* THE TASK: Working through the lines below, return each one that holds "IFCLOCALPLACEMENT".

* AVAILABLE DATA:
* * * * *
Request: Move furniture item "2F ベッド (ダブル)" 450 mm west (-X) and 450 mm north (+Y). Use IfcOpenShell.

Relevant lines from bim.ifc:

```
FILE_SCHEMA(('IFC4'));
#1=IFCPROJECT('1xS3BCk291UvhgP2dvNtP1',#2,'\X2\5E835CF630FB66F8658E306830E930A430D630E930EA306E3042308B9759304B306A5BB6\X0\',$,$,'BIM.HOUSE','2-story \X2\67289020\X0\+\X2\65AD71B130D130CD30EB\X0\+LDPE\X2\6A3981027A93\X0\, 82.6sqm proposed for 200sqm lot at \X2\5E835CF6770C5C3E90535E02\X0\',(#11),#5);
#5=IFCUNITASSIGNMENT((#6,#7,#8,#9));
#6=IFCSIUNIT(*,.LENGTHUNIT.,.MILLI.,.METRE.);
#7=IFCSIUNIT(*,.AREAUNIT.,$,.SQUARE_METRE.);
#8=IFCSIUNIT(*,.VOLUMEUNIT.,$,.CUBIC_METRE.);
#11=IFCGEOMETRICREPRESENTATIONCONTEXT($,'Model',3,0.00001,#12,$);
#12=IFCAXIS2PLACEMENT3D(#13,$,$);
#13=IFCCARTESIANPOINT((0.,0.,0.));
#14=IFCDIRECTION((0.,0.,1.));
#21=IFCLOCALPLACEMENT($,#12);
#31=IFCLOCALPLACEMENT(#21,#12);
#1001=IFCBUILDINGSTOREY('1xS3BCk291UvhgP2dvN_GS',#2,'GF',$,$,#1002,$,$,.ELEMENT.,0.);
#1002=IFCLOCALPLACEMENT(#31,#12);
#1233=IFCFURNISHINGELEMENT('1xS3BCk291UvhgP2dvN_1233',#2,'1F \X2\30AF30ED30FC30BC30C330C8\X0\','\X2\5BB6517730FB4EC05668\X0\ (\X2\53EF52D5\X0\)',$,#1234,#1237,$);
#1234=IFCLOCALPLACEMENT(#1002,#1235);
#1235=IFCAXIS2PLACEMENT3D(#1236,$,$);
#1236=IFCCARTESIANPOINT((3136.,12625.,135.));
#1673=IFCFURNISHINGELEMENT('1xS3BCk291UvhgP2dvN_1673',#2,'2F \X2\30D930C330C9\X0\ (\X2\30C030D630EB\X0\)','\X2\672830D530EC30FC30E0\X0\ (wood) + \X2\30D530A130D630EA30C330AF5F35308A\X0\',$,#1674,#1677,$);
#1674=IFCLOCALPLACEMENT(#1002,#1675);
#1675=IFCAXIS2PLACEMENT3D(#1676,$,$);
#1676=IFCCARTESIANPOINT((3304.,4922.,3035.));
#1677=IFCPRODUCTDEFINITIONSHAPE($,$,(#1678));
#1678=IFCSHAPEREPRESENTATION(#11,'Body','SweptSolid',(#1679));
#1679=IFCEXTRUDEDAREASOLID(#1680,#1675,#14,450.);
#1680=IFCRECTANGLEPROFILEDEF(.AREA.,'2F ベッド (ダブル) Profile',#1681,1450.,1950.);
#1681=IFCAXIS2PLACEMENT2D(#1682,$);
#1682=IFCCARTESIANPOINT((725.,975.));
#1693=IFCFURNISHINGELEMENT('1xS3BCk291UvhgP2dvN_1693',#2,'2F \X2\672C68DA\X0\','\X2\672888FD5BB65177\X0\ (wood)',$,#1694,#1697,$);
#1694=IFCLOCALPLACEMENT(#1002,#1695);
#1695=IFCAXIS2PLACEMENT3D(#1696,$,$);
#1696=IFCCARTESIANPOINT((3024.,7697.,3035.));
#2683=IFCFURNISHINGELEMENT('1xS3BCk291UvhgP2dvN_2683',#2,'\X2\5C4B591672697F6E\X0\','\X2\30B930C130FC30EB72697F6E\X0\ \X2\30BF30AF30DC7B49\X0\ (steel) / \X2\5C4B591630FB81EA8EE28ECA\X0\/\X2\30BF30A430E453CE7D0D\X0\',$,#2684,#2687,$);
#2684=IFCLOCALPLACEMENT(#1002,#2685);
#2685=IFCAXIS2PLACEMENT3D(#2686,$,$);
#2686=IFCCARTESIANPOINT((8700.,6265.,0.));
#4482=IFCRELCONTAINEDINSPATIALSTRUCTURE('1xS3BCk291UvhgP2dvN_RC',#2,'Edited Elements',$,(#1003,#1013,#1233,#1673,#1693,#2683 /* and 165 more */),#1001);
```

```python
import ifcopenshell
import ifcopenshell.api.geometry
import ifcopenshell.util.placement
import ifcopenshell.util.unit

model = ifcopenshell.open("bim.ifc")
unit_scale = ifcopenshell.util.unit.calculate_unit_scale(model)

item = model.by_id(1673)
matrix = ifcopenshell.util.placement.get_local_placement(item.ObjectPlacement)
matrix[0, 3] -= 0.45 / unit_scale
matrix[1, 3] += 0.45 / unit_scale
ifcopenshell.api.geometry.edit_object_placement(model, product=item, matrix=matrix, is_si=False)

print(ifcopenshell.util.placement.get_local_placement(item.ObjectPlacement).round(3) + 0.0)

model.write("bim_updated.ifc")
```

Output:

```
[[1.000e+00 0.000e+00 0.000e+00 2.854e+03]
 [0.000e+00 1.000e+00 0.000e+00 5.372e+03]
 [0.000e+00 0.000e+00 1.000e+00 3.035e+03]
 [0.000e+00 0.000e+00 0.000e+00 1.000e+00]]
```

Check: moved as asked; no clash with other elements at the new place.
* * * * *
* RESULT:
#21=IFCLOCALPLACEMENT($,#12);
#31=IFCLOCALPLACEMENT(#21,#12);
#1002=IFCLOCALPLACEMENT(#31,#12);
#1234=IFCLOCALPLACEMENT(#1002,#1235);
#1674=IFCLOCALPLACEMENT(#1002,#1675);
#1694=IFCLOCALPLACEMENT(#1002,#1695);
#2684=IFCLOCALPLACEMENT(#1002,#2685);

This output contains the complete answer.